It was seven years after Dr David Johnston bought Balintore Castle before he stopped finding new rooms.
“I was on one of the upper levels and the floor collapsed beneath me,” he recalls. “I fell through and caught myself on the joists. As my legs were dangling and I was feeling like a cut rate Indiana Jones I looked down to the floor below and realised I’d never been in that room before. Once I freed myself I headed down the stairs to explore it.”
At one point David was discovering new rooms at a rate of one every few days – all told there are 85 of them.
The story of David Johnston and Balintore Castle is one of the most remarkable tales of restoration anywhere in Scotland. Built in 1860 and empty since the 1960s, the Scottish Baronial castle had fallen into dilapidation by the time David acquired it 13 years ago.
Had he not done so, the baker’s dozen of winters that have passed since then may well have seen it degrade beyond all possibility of rescue.
That would be an appalling shame, I think to myself, as I’m afforded my first glimpse of its magnificent turrets and spires.
Nestled in the Angus glens a few miles north of Loch of Lintrathen, the castle’s approach could almost have been designed to showcase its grandeur. It’s a beautiful blue-sky morning when I visit and its silhouette leaps into view once I round the shoulder of a small hill.

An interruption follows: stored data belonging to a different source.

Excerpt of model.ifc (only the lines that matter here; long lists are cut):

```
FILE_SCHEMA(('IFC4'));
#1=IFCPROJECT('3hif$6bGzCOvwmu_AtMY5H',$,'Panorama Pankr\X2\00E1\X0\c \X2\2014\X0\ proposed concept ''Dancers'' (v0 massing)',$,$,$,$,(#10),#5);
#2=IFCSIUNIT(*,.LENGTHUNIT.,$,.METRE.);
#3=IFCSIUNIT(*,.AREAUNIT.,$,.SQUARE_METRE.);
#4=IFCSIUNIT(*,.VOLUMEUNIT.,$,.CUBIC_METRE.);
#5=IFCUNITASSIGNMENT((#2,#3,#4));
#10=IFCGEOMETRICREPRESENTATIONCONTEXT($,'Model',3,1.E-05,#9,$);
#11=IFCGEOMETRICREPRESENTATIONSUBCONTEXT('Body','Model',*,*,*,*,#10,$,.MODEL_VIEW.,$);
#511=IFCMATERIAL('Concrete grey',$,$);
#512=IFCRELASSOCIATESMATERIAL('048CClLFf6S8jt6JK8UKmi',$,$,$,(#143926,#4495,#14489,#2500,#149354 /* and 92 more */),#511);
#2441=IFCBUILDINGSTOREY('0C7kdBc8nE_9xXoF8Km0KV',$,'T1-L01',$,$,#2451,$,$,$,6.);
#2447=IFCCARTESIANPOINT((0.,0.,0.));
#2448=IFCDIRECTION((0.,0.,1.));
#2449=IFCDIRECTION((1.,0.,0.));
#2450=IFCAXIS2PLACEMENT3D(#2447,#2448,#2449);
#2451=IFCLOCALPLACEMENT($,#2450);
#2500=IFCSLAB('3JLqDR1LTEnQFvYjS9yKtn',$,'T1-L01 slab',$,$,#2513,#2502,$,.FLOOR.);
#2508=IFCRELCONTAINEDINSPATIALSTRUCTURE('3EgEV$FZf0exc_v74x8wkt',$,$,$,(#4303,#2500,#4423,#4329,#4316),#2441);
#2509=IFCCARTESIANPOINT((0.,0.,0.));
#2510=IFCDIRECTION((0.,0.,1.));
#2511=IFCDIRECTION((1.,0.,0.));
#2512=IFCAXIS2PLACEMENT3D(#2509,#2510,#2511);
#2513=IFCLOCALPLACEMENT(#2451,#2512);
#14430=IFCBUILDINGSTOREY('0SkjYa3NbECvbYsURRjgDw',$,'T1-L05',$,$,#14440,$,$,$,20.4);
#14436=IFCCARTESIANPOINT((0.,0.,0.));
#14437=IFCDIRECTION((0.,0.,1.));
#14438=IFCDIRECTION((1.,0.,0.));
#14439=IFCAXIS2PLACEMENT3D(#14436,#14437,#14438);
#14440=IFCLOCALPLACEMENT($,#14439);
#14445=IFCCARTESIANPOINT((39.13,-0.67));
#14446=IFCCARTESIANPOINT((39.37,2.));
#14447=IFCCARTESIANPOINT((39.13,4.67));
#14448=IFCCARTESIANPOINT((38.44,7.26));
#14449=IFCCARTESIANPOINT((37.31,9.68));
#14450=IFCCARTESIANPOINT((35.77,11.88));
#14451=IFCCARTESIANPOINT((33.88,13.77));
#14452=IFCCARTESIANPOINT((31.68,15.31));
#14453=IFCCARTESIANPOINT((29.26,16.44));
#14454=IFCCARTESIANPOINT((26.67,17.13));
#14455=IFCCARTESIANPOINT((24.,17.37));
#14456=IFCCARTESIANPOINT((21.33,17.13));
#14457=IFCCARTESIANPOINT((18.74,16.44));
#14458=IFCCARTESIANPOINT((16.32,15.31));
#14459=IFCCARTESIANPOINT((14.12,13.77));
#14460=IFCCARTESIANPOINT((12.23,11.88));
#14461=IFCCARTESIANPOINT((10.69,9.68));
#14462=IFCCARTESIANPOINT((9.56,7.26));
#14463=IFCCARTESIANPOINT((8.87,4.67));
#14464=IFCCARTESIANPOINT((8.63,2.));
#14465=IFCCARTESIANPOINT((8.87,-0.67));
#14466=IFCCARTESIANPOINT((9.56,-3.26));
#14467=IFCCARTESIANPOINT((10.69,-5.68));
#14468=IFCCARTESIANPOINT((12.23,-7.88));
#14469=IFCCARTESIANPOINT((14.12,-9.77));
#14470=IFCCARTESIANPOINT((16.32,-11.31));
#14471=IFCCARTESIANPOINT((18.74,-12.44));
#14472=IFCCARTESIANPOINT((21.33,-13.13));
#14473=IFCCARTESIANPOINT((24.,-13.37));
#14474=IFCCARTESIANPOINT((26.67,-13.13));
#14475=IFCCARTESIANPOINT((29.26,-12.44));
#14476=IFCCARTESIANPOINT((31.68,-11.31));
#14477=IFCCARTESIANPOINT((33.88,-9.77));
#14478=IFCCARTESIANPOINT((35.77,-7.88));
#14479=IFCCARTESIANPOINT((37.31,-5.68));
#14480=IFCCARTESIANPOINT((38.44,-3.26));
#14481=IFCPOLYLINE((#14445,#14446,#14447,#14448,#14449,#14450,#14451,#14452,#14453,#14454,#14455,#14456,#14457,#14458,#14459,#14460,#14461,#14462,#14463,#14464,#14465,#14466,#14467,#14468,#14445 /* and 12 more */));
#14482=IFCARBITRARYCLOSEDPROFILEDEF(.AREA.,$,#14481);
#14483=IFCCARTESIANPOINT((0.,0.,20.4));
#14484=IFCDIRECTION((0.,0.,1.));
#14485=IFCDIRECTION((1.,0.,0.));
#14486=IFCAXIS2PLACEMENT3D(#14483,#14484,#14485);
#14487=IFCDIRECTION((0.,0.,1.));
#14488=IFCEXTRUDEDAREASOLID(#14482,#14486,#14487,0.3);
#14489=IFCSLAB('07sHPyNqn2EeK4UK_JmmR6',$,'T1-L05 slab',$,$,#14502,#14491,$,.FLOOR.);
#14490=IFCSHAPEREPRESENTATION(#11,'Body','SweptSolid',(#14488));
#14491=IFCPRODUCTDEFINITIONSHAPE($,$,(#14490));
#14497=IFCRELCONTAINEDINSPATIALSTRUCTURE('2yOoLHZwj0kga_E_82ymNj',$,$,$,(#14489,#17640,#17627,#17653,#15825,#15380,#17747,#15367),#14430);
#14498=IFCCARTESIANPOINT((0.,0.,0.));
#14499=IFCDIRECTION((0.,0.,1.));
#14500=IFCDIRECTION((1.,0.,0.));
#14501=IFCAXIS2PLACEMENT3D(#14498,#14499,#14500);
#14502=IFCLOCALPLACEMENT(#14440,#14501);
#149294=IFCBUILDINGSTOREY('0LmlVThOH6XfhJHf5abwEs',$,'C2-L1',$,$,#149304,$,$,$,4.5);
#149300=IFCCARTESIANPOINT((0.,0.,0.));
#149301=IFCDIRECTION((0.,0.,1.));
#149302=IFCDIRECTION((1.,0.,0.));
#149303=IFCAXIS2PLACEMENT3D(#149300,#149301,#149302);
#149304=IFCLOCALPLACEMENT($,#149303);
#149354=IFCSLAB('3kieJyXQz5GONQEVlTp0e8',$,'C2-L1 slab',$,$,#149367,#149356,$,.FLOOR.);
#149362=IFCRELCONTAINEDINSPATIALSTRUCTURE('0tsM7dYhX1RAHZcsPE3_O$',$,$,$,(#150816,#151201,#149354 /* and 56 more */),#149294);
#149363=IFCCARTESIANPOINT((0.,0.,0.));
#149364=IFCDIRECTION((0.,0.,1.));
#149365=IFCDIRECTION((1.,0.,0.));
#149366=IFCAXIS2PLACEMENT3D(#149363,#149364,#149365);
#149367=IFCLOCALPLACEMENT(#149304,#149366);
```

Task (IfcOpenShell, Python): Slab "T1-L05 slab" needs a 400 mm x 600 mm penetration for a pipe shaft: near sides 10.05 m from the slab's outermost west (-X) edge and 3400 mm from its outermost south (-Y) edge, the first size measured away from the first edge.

```python
import numpy as np
import ifcopenshell
import ifcopenshell.api.feature
import ifcopenshell.api.geometry
import ifcopenshell.api.root
import ifcopenshell.geom
import ifcopenshell.util.placement
import ifcopenshell.util.representation
import ifcopenshell.util.shape
import ifcopenshell.util.unit

model = ifcopenshell.open("model.ifc")
unit_scale = ifcopenshell.util.unit.calculate_unit_scale(model)
settings = ifcopenshell.geom.settings()


def volume(element):
    """Net volume in cubic metres, openings subtracted."""
    shape = ifcopenshell.geom.create_shape(settings, element)
    return ifcopenshell.util.shape.get_volume(shape.geometry)


slab = model.by_guid("07sHPyNqn2EeK4UK_JmmR6")
before = volume(slab)

# Extent in the slab's own axes, in metres. The edges named are its -X and -Y sides.
slab_shape = ifcopenshell.geom.create_shape(settings, slab)
vertices = ifcopenshell.util.shape.get_vertices(slab_shape.geometry)
x_min, y_min, bottom = vertices.min(axis=0)
top = vertices[:, 2].max()

opening = ifcopenshell.api.root.create_entity(model, ifc_class="IfcOpeningElement", name="Pipe shaft opening", predefined_type="OPENING")
context = ifcopenshell.util.representation.get_context(model, "Model", "Body", "MODEL_VIEW")
width, depth = 0.4, 0.6
outline = [(0.0, 0.0), (width, 0.0), (width, depth), (0.0, depth), (0.0, 0.0)]
# Overshoot both faces by 50 mm so the cut is clean.
shape = ifcopenshell.api.geometry.add_slab_representation(
    model, context=context, depth=top - bottom + 0.1, polyline=outline
)
ifcopenshell.api.geometry.assign_representation(model, product=opening, representation=shape)

matrix = ifcopenshell.util.placement.get_local_placement(slab.ObjectPlacement)
matrix[:, 3] = matrix @ np.append(np.array([x_min + 10.05, y_min + 3.4, bottom - 0.05]) / unit_scale, 1.0)
ifcopenshell.api.geometry.edit_object_placement(model, product=opening, matrix=matrix, is_si=False)
ifcopenshell.api.feature.add_feature(model, feature=opening, element=slab)

after = volume(slab)

print(f"slab volume {before:.3f} -> {after:.3f} m3")

model.write("model_edited.ifc")
```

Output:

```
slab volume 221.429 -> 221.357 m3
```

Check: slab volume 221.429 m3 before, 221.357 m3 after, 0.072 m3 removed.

With a wooded hillside as its backdrop and the sweep of Glen Isla laid out before it, the setting is almost as magnificent as the building itself.
I mistakenly overshoot the main driveway and take the secondary driveway – which is in much worse condition. Thankfully I’m driving an SUV, which copes with the mud and ruts, and the error at least allows me to see two charming ruined gatehouses that guard the easternmost end of the castle’s grounds, which I might otherwise have missed.

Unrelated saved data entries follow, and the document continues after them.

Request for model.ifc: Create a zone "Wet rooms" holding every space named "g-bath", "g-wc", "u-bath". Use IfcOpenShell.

First a look at what the model holds.

```python
import ifcopenshell

model = ifcopenshell.open("model.ifc")
print(model.schema)
seen = {}
for space in model.by_type("IfcSpace"):
    seen[space.LongName] = seen.get(space.LongName, 0) + 1
for name, count in sorted(seen.items(), key=str):
    print(count, "x", name)
print("zones:", [z.Name for z in model.by_type("IfcZone")][:20])
```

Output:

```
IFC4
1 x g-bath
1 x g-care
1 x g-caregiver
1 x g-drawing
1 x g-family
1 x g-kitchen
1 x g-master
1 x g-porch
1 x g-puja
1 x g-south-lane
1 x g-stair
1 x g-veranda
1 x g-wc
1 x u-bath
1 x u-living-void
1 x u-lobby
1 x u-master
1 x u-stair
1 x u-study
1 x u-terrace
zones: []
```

```python
import ifcopenshell
import ifcopenshell.api.group
import ifcopenshell.api.root

model = ifcopenshell.open("model.ifc")

names = {"g-bath", "g-wc", "u-bath"}
spaces = [s for s in model.by_type("IfcSpace") if s.LongName in names]

zone = ifcopenshell.api.root.create_entity(model, ifc_class="IfcZone", name="Wet rooms")
ifcopenshell.api.group.assign_group(model, products=spaces, group=zone)
print(len(spaces), "spaces in", zone.Name)

model.write("model_edited.ifc")
```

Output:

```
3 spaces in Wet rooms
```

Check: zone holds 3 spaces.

David greets me warmly at the front entrance. The software engineer bought the castle in 2007 for £80,000 after it had been uninhabited and attacked by the elements for six decades.

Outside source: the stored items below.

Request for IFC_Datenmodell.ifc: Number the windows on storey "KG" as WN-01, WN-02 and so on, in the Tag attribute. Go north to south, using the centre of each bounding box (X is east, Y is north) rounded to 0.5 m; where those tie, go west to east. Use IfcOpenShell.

First a look at what the model holds.

```python
import ifcopenshell
import ifcopenshell.util.element
import ifcopenshell.util.placement

model = ifcopenshell.open("IFC_Datenmodell.ifc")
print(model.schema)
storey = next(s for s in model.by_type("IfcBuildingStorey") if s.Name == "KG")
windows = [e for e in ifcopenshell.util.element.get_decomposition(storey) if e.is_a("IfcWindow")]
for e in sorted(windows, key=lambda e: e.id()):
    origin = ifcopenshell.util.placement.get_local_placement(e.ObjectPlacement)[:3, 3]
    print(e.id(), e.Tag, e.Name, origin.round(2) + 0.0, sep=" | ")
```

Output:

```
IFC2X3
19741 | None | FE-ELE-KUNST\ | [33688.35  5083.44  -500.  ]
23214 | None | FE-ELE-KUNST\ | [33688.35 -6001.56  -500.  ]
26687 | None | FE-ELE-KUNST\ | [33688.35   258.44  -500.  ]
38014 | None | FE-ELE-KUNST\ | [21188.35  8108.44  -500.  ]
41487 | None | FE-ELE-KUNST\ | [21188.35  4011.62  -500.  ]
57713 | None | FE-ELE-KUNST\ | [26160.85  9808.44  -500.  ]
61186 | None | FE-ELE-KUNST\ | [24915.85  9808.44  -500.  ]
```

```python
import ifcopenshell
import ifcopenshell.geom
import ifcopenshell.util.element
import ifcopenshell.util.shape

model = ifcopenshell.open("IFC_Datenmodell.ifc")
settings = ifcopenshell.geom.settings()
settings.set("use-world-coords", True)


def centre(element):
    shape = ifcopenshell.geom.create_shape(settings, element)
    return ifcopenshell.util.shape.get_bbox_centroid(shape.geometry)


storey = next(s for s in model.by_type("IfcBuildingStorey") if s.Name == "KG")
windows = [e for e in ifcopenshell.util.element.get_decomposition(storey) if e.is_a("IfcWindow")]

# Insertion points can sit at a corner or the storey origin, so sort by the geometry (in metres).
centres = {e: centre(e) for e in windows}
windows.sort(key=lambda e: (-round(centres[e][1] / 0.5), centres[e][0]))

for i, e in enumerate(windows, start=1):
    number = f"WN-{i:02d}"
    e.Tag = number
    print(e.id(), number)

model.write("IFC_Datenmodell_rev.ifc")
```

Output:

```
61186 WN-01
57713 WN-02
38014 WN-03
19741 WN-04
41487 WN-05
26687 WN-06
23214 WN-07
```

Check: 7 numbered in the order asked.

The A listed castle is the work of William Burn, one of Scotland’s finest 19th Century architects, and a pioneer of the Scottish Baronial revival. Among his works are Dalyell family home The Binns in West Lothian; Dundee’s Camperdown House; Dundas Castle; Madras College in St Andrews; Cliveden in Buckinghamshire; and Bangor Castle in Northern Ireland.
Balintore Castle may not be among his most famous works but it should be much more highly regarded, especially given its majestic setting – and it certainly doesn’t deserve to be left to ruin.
The great hall measures 35 feet by 28 feet, with a ceiling that soars 28 feet above. Its huge windows are mostly boarded up, and the hallways from the two floors above look down through a latticework of scaffolding onto what must in its pomp have been a grand and wonderful space.
Bringing it back to life will be the biggest of the many enormous challenges David has taken on.
“You could easily spend £1 million restoring this one room alone,” David reckons. “I’m hoping to do it for £100,000.”
He has set up a crowd funder to help raise the money to restore the great hall, which has so far raised around £3,800.
The scale of the undertaking can scarcely be comprehended. Every one of the castle’s 85 rooms is a major project in itself. Even getting the building wind and watertight was a task of huge magnitude.
I can only imagine how insurmountable the task must have seemed when David first received the keys to Balintore. Even 13 years on the majority of the castle remains a building site.
A computer programmer, David works hard to keep ahead of payments to the father and son joiner-and-builder team that work more or less full time on the restoration. When he isn’t doing his day job he’s hands on working alongside them, or travelling the length and breadth of the country to pick up materials.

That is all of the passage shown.